Après le roman De belles paroles paru en 2003 et trois recueils de nouvelles qui l’ont précédé, Esther Croft nous donne un ensemble de dix récits émouvants, d’une facture achevée. Un homme revient tous les ans sur la tombe de celle qu’il a connue au temps des études, morte à ses côtés dans un accident. Une adolescente qui se sait laide et peu intelligente tente de se suicider. Une femme « qui n’est jamais parvenue à pénétrer totalement dans la vie » et qui va mourir pense à l’homme aimé qui a tout fait, mais en vain, pour la rendre heureuse. Une musicienne âgée décide contre l’avis de ses enfants de revenir vivre chez elle au sortir de l’hôpital.

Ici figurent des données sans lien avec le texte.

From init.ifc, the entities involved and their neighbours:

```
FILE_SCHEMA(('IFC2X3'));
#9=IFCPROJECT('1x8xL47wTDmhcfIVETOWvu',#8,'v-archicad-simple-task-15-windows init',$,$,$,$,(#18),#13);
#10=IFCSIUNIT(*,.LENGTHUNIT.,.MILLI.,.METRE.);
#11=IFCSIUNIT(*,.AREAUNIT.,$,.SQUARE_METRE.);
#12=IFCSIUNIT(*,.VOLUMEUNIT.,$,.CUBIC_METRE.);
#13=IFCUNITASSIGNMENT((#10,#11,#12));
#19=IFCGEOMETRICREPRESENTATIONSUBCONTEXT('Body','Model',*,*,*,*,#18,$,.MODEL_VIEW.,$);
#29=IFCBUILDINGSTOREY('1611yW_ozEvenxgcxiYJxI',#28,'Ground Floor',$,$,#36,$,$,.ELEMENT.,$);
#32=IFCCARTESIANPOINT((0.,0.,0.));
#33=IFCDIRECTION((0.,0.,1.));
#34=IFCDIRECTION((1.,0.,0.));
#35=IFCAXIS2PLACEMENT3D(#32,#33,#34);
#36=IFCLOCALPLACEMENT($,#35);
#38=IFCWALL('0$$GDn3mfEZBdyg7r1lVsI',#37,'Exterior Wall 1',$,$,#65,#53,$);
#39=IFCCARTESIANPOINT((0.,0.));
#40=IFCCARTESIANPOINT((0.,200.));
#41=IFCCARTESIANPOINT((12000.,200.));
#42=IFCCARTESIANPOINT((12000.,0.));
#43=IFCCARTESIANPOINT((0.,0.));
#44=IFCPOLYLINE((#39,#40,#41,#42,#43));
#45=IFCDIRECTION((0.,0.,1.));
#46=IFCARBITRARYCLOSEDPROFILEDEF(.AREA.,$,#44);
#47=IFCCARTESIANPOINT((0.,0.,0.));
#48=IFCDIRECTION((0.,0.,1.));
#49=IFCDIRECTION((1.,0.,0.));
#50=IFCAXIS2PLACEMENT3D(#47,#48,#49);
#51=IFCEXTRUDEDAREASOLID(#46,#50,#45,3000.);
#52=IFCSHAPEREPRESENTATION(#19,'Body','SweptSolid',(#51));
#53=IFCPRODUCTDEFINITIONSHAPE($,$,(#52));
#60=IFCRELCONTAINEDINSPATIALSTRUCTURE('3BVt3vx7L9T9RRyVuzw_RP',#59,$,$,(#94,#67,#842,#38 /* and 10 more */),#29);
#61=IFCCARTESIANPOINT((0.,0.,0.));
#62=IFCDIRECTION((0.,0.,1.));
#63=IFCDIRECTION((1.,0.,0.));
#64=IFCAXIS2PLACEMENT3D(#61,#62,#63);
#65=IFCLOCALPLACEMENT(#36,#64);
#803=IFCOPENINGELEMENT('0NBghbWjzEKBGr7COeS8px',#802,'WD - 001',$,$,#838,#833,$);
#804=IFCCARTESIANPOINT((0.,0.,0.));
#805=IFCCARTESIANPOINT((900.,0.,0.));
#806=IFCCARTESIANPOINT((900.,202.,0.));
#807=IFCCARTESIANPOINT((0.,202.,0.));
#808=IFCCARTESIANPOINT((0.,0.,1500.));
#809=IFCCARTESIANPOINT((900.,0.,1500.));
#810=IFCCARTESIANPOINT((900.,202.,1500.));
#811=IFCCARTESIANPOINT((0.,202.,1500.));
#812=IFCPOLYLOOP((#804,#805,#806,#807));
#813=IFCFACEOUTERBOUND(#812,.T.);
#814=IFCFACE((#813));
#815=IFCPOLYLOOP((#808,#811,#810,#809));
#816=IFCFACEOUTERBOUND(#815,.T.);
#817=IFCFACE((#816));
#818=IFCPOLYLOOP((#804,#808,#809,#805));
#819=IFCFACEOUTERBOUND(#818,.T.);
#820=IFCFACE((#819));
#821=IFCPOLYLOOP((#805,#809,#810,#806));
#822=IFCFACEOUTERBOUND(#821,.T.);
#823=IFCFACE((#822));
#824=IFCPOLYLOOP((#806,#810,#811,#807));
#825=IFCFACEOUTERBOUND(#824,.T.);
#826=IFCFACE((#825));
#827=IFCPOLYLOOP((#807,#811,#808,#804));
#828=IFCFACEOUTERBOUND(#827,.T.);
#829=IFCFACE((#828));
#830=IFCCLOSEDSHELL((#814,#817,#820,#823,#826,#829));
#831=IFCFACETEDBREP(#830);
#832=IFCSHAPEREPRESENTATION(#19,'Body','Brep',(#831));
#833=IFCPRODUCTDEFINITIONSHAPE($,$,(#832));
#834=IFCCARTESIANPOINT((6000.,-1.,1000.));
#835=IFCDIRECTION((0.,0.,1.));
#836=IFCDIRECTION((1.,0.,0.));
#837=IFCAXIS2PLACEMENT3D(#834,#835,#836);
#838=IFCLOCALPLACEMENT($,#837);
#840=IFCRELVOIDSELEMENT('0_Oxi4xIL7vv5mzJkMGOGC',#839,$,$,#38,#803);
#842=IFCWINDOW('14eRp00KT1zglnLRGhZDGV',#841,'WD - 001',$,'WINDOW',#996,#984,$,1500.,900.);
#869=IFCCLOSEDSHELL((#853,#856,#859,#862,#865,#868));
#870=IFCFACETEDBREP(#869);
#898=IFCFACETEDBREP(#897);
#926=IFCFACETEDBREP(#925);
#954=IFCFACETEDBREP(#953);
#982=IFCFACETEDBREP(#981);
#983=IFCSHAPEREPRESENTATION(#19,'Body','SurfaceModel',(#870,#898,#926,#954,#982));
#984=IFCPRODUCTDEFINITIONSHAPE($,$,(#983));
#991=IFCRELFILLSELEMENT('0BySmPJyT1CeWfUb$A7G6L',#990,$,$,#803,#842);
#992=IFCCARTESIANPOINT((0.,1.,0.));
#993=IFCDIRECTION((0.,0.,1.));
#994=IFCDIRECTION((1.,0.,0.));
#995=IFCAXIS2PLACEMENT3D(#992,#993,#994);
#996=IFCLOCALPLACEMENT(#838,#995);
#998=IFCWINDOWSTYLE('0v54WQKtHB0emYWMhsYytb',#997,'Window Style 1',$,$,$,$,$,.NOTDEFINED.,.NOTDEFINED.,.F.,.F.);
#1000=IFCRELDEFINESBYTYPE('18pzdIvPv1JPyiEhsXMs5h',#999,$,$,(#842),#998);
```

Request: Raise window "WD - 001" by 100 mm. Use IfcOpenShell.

```python
import numpy as np
import ifcopenshell
import ifcopenshell.api.geometry
import ifcopenshell.util.placement
import ifcopenshell.util.unit

model = ifcopenshell.open("init.ifc")
unit_scale = ifcopenshell.util.unit.calculate_unit_scale(model)

window = model.by_guid("14eRp00KT1zglnLRGhZDGV")
opening = window.FillsVoids[0].RelatingOpeningElement
dz = 0.1 / unit_scale

shift = np.array([0.0, 0.0, dz])
# The window is placed relative to its opening, so it follows when the opening moves.
matrix = ifcopenshell.util.placement.get_local_placement(opening.ObjectPlacement)
matrix[:3, 3] += shift
ifcopenshell.api.geometry.edit_object_placement(
    model, product=opening, matrix=matrix, is_si=False, should_transform_children=True
)

print(f"moved by {dz * unit_scale:+.3f} m")

model.write("init_rev.ifc")
```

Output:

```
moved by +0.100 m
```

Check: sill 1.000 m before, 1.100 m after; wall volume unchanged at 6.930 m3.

Les recueils antérieurs exploraient souvent les rapports parents-enfants conflictuels et douloureux. Cette fois-ci plusieurs récits reprennent ce thème en l’abordant du point de vue des parents : que n’ont-ils su voir, quelles paroles n’ont-ils su prononcer qui auraient évité les malentendus de toute une vie, pourquoi n’ont-ils pu dire leur tendresse ? Si ce recueil élargit l’éventail des situations et des personnages – en général plus âgés et souffrants -, la difficulté des relations interpersonnelles en constitue toujours la substance. Le couple dans son histoire y a une place privilégiée, vue par des retours en arrière à travers les yeux de l’un des protagonistes : il reconsidère ses réussites, ses rêves et ses moments de bonheur comme ses tâtonnements, ses déceptions, ses échecs. « Le reste du temps » : c’est-à-dire les mois ou les jours devant soi alors que l’échéance ultime se rapproche, parfois annoncée. Que faire de ce « reste » pour redresser ce qui peut l’être, pour racheter, sauver ?
Les divers plans temporels glissent habilement les uns sur les autres et les destinées individuelles s’imbriquent en un tissu serré. La mélancolie voile souvent ces récits rétrospectifs, qui sont des récits de la dernière chance. Les personnages paraissent s’acheminer vers l’anéantissement inéluctable. Non, cependant : le happy end, quand il intervient, n’est pas l’effet d’un coup de pouce arbitraire mais un acte de foi. L’être humain, même s’il s’est enfermé pendant des années dans le mutisme ou la rancœur, peut trouver – ou retrouver – la capacité d’aimer et celle de s’exprimer.
Esther Croft le dit en toute simplicité, sans apprêt : l’enjeu est trop grave pour permettre des fioritures de style et de forme ou la recherche d’effets dramatiques. Son écriture, plus apaisée que dans les premiers recueils, évolue vers une sobriété délibérée qui touche et dégage l’essentiel. Face à l’immense misère du monde, écrire peut sembler inefficace si ce n’est dérisoire (l’idée est effleurée) et cependant nécessaire parce que, inlassablement, l’écrivain revient sur ce qui, tout à la fois, l’obsède et le fait vivre : chercher une voie vers la paix, vers le bonheur, vers notre vérité.
La nouvelle « Libre chute », une des plus belles du recueil, donne un échantillon remarquable de l’art du récit bref que pratique Esther Croft. Un chalet au bord d’une rivière : un vieux couple y passe son dernier été. Elle, peintre, se sait condamnée. Lui, violoniste, comprend que cette femme aimée se laissera emporter par le courant le jour qu’elle aura choisi. Il se sent prêt à la suivre. Ensemble ils ont été heureux. Le primordial est rassemblé en ces pages, sur lesquelles s’achèvent la vie des personnages et le recueil. Vieillir, se souvenir sans amertume, réfléchir sur l’expérience du temps, regarder la mort sereinement, jusqu’au dernier moment s’entourer de musique. La beauté de la nature, celle des êtres, l’amour qu’ils ont partagé.